→ **About this exercise**: Scan the records for the word "unchanged". Return each line where it is found.

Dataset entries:
------

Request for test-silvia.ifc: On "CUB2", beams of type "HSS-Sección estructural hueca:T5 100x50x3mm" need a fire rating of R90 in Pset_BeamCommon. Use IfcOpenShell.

First a look at what the model holds.

```python
import ifcopenshell
import ifcopenshell.util.element

model = ifcopenshell.open("test-silvia.ifc")
print(model.schema)
storey = next(s for s in model.by_type("IfcBuildingStorey") if s.Name == "CUB2")
beams = [e for e in ifcopenshell.util.element.get_decomposition(storey) if e.is_a("IfcBeam")]
seen = {}
for e in beams:
    element_type = ifcopenshell.util.element.get_type(e)
    key = (element_type.Name if element_type != e and element_type else None, ifcopenshell.util.element.get_pset(e, "Pset_BeamCommon", "FireRating"))
    seen[key] = seen.get(key, 0) + 1
for (name, value), count in sorted(seen.items(), key=str):
    print(count, "x", name, "|", value)
```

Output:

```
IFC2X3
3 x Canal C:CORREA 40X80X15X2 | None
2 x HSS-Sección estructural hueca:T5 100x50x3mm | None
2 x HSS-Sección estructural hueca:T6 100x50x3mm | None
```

```python
import ifcopenshell
import ifcopenshell.api.pset
import ifcopenshell.util.element

model = ifcopenshell.open("test-silvia.ifc")

storey = next(s for s in model.by_type("IfcBuildingStorey") if s.Name == "CUB2")
beams = [e for e in ifcopenshell.util.element.get_decomposition(storey) if e.is_a("IfcBeam")]

count = 0
for e in beams:
    element_type = ifcopenshell.util.element.get_type(e)
    if element_type in (None, e) or element_type.Name != "HSS-Sección estructural hueca:T5 100x50x3mm":
        continue
    # add_pset returns the element's existing set when there is one.
    pset = ifcopenshell.api.pset.add_pset(model, product=e, name="Pset_BeamCommon")
    ifcopenshell.api.pset.edit_pset(model, pset=pset, properties={"FireRating": "R90"})
    count += 1

print(count, "beams updated")

model.write("test-silvia_updated.ifc")
```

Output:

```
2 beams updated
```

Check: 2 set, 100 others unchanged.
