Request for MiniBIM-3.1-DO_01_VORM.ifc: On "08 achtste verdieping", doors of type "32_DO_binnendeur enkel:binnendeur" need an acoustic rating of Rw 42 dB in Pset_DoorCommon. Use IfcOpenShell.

First a look at what the model holds.

```python
import ifcopenshell
import ifcopenshell.util.element

model = ifcopenshell.open("MiniBIM-3.1-DO_01_VORM.ifc")
print(model.schema)
storey = next(s for s in model.by_type("IfcBuildingStorey") if s.Name == "08 achtste verdieping")
doors = [e for e in ifcopenshell.util.element.get_decomposition(storey) if e.is_a("IfcDoor")]
seen = {}
for e in doors:
    element_type = ifcopenshell.util.element.get_type(e)
    key = (element_type.Name if element_type != e and element_type else None, ifcopenshell.util.element.get_pset(e, "Pset_DoorCommon", "AcousticRating"))
    seen[key] = seen.get(key, 0) + 1
for (name, value), count in sorted(seen.items(), key=str):
    print(count, "x", name, "|", value)
```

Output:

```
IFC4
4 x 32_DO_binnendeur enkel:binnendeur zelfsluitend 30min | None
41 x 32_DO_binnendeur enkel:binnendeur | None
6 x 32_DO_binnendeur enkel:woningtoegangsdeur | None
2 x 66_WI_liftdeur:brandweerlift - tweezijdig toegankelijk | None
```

```python
import ifcopenshell
import ifcopenshell.api.pset
import ifcopenshell.util.element

model = ifcopenshell.open("MiniBIM-3.1-DO_01_VORM.ifc")

storey = next(s for s in model.by_type("IfcBuildingStorey") if s.Name == "08 achtste verdieping")
doors = [e for e in ifcopenshell.util.element.get_decomposition(storey) if e.is_a("IfcDoor")]

count = 0
for e in doors:
    element_type = ifcopenshell.util.element.get_type(e)
    if element_type in (None, e) or element_type.Name != "32_DO_binnendeur enkel:binnendeur":
        continue
    # add_pset returns the element's existing set when there is one.
    pset = ifcopenshell.api.pset.add_pset(model, product=e, name="Pset_DoorCommon")
    ifcopenshell.api.pset.edit_pset(model, pset=pset, properties={"AcousticRating": "Rw 42 dB"})
    count += 1

print(count, "doors updated")

model.write("MiniBIM-3.1-DO_01_VORM-out.ifc")
```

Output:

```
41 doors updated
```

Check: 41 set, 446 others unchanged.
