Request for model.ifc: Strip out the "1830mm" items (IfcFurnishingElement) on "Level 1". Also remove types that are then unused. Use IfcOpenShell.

First a look at what the model holds.

```python
import ifcopenshell
import ifcopenshell.util.element

model = ifcopenshell.open("model.ifc")
print(model.schema)
storey = next(s for s in model.by_type("IfcBuildingStorey") if s.Name == "Level 1")
furniture = [e for e in ifcopenshell.util.element.get_decomposition(storey) if e.is_a("IfcFurnishingElement")]
seen = {}
for e in furniture:
    element_type = ifcopenshell.util.element.get_type(e)
    name = element_type.Name if element_type not in (None, e) else None
    seen[name] = seen.get(name, 0) + 1
for name, count in sorted(seen.items(), key=str):
    print(count, "x", name)
```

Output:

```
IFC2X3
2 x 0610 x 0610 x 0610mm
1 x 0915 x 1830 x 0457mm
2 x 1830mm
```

```python
import ifcopenshell
import ifcopenshell.api.root
import ifcopenshell.util.element

model = ifcopenshell.open("model.ifc")

storey = next(s for s in model.by_type("IfcBuildingStorey") if s.Name == "Level 1")
furniture = [e for e in ifcopenshell.util.element.get_decomposition(storey) if e.is_a("IfcFurnishingElement")]
targets = [e for e in furniture if (t := ifcopenshell.util.element.get_type(e)) not in (None, e) and t.Name == "1830mm"]
types = {ifcopenshell.util.element.get_type(e) for e in targets} - {None, *targets}

for e in targets:
    ifcopenshell.api.root.remove_product(model, product=e)
print(len(targets), "removed")

unused = [t for t in types if not ifcopenshell.util.element.get_types(t)]
for t in unused:
    ifcopenshell.api.root.remove_product(model, product=t)
print(len(unused), "unused types removed")

model.write("model_updated.ifc")
```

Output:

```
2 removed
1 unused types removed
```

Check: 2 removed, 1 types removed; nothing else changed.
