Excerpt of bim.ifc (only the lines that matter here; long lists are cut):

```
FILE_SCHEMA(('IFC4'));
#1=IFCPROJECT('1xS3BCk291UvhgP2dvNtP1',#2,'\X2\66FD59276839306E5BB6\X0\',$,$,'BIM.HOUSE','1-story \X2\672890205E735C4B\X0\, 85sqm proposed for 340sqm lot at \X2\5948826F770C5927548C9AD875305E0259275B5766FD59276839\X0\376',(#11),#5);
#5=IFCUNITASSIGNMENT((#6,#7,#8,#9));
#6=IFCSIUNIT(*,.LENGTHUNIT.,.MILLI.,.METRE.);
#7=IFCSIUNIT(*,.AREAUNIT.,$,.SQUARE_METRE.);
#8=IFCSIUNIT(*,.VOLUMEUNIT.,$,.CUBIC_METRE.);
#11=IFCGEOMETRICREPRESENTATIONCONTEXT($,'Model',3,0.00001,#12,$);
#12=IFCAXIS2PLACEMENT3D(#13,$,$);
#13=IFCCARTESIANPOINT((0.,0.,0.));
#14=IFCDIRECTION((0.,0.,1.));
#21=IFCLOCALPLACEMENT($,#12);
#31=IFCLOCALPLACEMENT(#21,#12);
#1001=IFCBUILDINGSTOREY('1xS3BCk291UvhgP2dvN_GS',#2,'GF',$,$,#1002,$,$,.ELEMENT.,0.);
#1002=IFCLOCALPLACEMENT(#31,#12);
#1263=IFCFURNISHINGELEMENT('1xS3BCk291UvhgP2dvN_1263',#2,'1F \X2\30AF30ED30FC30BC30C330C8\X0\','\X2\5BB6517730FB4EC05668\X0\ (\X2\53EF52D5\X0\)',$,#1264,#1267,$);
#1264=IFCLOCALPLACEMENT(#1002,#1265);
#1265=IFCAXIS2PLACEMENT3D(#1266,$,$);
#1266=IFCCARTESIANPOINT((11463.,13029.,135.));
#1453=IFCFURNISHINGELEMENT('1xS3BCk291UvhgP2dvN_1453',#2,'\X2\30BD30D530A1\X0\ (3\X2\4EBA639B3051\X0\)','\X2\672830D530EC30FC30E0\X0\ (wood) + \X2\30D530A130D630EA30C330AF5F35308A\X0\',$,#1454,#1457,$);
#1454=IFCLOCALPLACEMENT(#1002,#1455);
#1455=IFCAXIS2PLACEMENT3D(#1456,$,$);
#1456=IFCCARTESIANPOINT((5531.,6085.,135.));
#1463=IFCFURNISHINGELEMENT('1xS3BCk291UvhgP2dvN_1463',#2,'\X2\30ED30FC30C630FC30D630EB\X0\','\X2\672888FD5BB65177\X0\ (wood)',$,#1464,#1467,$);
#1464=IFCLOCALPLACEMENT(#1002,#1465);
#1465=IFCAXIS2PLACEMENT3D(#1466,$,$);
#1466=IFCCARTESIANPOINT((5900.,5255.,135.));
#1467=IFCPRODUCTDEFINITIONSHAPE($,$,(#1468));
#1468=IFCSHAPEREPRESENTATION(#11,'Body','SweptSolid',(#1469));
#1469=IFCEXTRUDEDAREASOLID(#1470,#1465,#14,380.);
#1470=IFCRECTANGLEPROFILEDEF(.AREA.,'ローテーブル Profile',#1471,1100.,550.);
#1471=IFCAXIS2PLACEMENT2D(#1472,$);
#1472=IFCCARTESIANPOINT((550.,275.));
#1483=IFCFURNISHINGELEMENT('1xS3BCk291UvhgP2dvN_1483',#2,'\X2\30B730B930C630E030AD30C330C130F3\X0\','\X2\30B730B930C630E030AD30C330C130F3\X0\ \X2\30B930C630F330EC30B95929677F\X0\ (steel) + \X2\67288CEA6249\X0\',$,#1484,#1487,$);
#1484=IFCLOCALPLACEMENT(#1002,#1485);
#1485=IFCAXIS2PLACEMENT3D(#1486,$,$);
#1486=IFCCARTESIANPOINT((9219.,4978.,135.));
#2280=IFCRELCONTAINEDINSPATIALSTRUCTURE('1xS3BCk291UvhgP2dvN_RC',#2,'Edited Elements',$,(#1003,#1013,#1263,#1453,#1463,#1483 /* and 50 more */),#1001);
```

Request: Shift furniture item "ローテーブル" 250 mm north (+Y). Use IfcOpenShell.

```python
import ifcopenshell
import ifcopenshell.api.geometry
import ifcopenshell.util.placement
import ifcopenshell.util.unit

model = ifcopenshell.open("bim.ifc")
unit_scale = ifcopenshell.util.unit.calculate_unit_scale(model)

item = model.by_guid("1xS3BCk291UvhgP2dvN_1463")
matrix = ifcopenshell.util.placement.get_local_placement(item.ObjectPlacement)
matrix[1, 3] += 0.25 / unit_scale
ifcopenshell.api.geometry.edit_object_placement(model, product=item, matrix=matrix, is_si=False)

print(ifcopenshell.util.placement.get_local_placement(item.ObjectPlacement).round(3) + 0.0)

model.write("bim_v2.ifc")
```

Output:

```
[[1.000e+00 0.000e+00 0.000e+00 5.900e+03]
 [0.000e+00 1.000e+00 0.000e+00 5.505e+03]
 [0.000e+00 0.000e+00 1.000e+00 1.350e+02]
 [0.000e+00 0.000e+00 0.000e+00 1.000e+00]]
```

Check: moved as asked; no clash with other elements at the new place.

------

→ **Answer to this problem**:
Check: 2 set, 100 others unchanged.
Check: 41 set, 446 others unchanged.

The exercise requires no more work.